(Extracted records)
──────

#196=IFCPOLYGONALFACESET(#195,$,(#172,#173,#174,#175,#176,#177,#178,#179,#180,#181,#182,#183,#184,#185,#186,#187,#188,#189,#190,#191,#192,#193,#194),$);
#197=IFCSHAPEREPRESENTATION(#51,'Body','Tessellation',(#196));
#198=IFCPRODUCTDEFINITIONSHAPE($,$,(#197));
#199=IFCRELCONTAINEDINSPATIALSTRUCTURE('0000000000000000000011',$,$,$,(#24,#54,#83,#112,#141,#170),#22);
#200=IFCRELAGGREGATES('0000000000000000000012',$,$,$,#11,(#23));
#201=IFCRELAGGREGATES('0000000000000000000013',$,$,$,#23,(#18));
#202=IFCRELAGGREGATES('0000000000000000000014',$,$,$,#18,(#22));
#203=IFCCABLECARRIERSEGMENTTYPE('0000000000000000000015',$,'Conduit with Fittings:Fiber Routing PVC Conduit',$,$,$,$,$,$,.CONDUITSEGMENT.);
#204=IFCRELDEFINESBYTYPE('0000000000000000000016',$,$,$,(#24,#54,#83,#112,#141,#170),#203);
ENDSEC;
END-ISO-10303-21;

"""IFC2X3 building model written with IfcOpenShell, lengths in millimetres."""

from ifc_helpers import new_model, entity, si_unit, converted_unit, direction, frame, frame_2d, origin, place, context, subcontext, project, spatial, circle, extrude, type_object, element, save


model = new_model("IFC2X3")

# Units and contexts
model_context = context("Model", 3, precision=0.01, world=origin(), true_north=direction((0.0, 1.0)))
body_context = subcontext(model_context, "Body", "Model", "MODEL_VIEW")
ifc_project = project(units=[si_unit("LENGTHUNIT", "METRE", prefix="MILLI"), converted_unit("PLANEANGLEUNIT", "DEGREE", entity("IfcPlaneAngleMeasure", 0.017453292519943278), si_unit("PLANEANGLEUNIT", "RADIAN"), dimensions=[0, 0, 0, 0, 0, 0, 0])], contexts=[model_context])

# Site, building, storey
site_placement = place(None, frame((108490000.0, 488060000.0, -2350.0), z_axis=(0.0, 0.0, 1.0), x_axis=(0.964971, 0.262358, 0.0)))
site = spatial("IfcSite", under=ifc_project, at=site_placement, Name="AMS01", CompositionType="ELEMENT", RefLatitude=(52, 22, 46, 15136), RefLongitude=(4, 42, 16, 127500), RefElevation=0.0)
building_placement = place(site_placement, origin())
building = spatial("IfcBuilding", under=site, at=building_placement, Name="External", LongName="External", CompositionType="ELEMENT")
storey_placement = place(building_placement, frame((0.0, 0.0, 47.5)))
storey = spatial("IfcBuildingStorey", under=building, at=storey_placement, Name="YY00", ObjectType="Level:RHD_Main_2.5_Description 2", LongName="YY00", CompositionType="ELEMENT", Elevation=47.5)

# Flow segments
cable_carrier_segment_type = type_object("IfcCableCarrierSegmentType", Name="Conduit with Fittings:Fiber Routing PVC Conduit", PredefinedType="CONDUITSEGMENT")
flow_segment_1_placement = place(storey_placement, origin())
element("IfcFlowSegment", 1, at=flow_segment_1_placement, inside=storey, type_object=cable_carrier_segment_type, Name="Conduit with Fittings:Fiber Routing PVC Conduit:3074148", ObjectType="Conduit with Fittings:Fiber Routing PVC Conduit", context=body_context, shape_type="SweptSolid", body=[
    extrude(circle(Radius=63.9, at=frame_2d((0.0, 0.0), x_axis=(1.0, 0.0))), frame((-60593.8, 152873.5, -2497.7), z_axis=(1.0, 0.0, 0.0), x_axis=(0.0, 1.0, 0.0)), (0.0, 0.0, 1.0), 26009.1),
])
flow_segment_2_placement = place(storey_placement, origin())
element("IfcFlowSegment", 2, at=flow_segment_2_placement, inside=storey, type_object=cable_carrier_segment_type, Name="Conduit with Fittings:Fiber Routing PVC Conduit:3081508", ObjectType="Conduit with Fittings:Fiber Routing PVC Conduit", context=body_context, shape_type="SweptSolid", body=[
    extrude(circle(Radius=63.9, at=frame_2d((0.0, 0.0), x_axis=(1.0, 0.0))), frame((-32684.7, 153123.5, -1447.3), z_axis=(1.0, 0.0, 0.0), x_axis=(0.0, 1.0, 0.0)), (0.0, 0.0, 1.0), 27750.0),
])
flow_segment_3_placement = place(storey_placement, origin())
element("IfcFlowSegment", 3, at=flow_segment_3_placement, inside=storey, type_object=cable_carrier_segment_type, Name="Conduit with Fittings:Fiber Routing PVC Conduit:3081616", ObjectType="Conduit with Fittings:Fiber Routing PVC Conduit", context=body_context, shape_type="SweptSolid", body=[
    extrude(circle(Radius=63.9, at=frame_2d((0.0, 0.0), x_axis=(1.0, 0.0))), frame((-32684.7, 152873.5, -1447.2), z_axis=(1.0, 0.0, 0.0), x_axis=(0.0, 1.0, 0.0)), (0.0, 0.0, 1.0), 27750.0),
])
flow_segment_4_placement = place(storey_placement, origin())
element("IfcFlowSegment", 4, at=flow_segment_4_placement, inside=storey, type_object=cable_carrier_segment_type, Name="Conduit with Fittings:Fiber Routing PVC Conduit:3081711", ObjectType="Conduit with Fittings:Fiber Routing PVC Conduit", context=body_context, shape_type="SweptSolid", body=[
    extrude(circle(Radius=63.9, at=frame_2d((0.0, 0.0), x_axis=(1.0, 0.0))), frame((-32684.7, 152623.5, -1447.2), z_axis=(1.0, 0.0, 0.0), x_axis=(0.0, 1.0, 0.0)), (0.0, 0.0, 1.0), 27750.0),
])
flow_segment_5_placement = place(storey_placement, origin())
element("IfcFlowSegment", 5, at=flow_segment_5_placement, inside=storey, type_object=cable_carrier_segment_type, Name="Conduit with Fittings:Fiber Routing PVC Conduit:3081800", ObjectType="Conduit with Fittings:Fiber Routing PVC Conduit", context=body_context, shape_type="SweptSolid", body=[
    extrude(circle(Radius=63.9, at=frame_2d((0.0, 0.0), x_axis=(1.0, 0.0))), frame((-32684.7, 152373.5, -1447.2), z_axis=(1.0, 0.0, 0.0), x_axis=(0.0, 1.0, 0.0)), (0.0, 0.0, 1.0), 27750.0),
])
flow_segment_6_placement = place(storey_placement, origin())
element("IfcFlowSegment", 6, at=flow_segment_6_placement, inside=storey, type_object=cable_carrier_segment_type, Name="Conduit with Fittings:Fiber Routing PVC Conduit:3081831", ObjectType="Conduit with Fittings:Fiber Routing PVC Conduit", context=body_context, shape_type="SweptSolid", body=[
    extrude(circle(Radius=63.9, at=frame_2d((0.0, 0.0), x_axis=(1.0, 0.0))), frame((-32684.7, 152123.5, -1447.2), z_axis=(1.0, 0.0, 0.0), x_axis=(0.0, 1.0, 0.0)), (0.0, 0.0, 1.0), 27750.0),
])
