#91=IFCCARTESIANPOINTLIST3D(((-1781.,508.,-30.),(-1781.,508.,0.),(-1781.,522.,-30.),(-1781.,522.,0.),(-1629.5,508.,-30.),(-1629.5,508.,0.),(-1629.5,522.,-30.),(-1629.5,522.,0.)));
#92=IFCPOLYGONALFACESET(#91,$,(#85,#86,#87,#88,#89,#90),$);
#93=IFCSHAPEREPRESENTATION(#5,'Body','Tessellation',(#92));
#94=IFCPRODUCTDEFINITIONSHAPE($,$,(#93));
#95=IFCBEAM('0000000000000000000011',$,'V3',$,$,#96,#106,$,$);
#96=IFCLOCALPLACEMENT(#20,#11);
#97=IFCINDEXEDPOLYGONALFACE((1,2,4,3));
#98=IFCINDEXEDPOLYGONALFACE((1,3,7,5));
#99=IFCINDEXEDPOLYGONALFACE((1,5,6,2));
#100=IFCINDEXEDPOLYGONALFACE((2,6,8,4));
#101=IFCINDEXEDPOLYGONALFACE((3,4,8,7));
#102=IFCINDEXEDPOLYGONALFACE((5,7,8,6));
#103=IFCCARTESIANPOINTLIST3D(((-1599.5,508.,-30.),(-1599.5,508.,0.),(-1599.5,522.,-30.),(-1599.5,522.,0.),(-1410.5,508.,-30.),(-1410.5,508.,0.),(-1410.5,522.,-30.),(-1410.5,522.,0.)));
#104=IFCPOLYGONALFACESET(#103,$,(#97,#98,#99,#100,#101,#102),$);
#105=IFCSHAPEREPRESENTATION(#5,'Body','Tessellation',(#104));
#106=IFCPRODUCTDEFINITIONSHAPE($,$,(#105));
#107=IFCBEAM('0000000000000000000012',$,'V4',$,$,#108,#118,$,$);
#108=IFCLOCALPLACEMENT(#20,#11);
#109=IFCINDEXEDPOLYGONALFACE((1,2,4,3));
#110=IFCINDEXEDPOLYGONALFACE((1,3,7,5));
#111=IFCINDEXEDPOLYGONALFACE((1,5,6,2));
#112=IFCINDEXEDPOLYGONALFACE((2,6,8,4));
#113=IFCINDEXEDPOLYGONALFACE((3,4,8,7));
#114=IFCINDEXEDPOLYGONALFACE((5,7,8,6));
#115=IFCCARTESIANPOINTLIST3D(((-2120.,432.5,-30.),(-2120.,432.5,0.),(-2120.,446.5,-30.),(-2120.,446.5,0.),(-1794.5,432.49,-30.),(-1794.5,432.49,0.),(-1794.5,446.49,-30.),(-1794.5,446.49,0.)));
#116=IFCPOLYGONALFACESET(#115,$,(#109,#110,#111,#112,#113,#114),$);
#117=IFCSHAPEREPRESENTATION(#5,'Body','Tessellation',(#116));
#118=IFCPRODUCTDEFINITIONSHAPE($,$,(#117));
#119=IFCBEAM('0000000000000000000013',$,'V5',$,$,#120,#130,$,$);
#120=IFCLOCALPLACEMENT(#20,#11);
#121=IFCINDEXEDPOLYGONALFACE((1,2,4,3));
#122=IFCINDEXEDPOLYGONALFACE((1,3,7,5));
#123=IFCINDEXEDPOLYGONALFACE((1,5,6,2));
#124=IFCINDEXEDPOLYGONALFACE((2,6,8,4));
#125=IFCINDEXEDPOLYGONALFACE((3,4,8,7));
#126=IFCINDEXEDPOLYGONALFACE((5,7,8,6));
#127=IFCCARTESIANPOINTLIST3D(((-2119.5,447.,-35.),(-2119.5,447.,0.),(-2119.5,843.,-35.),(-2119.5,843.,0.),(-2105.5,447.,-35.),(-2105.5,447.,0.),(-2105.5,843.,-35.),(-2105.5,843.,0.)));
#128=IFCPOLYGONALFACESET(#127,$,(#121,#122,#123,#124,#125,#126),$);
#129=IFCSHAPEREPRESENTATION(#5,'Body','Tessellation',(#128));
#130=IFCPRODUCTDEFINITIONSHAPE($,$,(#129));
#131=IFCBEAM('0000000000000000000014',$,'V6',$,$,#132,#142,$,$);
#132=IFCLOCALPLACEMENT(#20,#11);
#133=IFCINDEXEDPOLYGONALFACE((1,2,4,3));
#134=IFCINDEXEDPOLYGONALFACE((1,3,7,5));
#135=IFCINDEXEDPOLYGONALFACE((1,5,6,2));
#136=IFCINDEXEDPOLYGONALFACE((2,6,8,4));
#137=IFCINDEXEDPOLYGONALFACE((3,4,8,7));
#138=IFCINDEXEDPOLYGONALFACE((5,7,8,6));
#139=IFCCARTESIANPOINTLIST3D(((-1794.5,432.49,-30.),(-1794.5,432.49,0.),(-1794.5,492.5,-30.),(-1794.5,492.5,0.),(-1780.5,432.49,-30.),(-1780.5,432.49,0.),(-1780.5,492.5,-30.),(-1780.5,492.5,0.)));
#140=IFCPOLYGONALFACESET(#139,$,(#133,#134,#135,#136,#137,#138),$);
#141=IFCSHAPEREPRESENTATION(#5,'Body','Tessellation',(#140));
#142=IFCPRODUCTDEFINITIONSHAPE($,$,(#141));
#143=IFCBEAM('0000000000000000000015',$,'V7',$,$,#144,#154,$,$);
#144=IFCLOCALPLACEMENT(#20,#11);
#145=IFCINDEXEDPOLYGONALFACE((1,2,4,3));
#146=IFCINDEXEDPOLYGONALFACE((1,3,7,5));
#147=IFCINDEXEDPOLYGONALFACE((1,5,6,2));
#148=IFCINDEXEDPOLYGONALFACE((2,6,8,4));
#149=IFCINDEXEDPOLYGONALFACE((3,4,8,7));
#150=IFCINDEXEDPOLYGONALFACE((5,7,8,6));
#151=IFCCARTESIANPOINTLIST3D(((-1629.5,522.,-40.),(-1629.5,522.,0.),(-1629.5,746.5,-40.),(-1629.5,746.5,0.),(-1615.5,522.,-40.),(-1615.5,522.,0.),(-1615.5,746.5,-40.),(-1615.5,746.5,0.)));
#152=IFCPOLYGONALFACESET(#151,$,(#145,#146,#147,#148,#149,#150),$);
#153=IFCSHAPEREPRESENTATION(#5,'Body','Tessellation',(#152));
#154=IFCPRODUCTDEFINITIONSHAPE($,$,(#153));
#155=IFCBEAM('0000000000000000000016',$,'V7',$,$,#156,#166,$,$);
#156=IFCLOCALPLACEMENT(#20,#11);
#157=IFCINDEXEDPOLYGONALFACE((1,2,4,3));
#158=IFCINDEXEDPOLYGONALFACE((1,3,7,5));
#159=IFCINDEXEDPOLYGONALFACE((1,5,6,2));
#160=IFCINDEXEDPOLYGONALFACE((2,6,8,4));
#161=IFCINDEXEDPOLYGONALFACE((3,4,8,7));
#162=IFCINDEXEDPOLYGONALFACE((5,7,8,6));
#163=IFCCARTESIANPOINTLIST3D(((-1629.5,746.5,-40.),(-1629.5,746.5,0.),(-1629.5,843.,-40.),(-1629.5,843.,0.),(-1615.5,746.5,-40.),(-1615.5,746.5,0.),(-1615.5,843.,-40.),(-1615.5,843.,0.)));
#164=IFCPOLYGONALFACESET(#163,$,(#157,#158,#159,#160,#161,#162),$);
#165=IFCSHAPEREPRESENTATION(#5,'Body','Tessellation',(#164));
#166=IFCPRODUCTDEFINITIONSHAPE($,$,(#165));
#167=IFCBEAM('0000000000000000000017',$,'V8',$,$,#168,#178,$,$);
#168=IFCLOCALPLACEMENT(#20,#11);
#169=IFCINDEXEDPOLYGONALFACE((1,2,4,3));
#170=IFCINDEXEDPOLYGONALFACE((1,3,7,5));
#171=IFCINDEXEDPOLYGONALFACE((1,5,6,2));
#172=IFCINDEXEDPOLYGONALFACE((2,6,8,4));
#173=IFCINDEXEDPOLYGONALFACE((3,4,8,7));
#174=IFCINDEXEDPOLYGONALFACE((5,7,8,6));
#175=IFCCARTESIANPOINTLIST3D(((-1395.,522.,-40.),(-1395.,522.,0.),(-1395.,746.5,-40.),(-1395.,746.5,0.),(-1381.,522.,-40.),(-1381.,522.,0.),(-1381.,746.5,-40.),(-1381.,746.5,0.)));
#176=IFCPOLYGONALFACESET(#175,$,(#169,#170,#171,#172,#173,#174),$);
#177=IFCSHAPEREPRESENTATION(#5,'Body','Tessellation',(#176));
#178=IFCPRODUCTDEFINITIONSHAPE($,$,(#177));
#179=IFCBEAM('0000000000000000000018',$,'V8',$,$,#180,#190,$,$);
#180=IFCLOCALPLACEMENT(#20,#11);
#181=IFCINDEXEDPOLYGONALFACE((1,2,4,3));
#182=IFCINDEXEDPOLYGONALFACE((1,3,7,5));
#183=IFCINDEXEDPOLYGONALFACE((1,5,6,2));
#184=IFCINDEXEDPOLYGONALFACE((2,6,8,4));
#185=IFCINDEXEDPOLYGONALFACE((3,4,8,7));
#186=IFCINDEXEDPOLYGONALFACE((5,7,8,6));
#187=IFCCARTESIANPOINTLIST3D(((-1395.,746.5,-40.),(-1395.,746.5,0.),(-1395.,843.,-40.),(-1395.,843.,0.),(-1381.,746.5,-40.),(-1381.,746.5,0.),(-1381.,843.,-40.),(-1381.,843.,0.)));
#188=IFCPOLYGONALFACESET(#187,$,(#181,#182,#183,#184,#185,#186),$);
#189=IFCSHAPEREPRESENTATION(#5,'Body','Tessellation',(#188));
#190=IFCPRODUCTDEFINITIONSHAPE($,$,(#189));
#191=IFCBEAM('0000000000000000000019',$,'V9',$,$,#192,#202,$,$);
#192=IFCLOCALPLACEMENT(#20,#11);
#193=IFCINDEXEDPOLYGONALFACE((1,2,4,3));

──────

▶ **INSTRUCTIONS TO FOLLOW**
All lines holding the word "subcontext" must be copied from the data.

▶ **SOLUTION FOR THIS EXERCISE**
from ifc_helpers import new_model, entity, si_unit, converted_unit, direction, frame, frame_2d, origin, place, context, subcontext, project, spatial, circle, extrude, type_object, element, save
body_context = subcontext(model_context, "Body", "Model", "MODEL_VIEW")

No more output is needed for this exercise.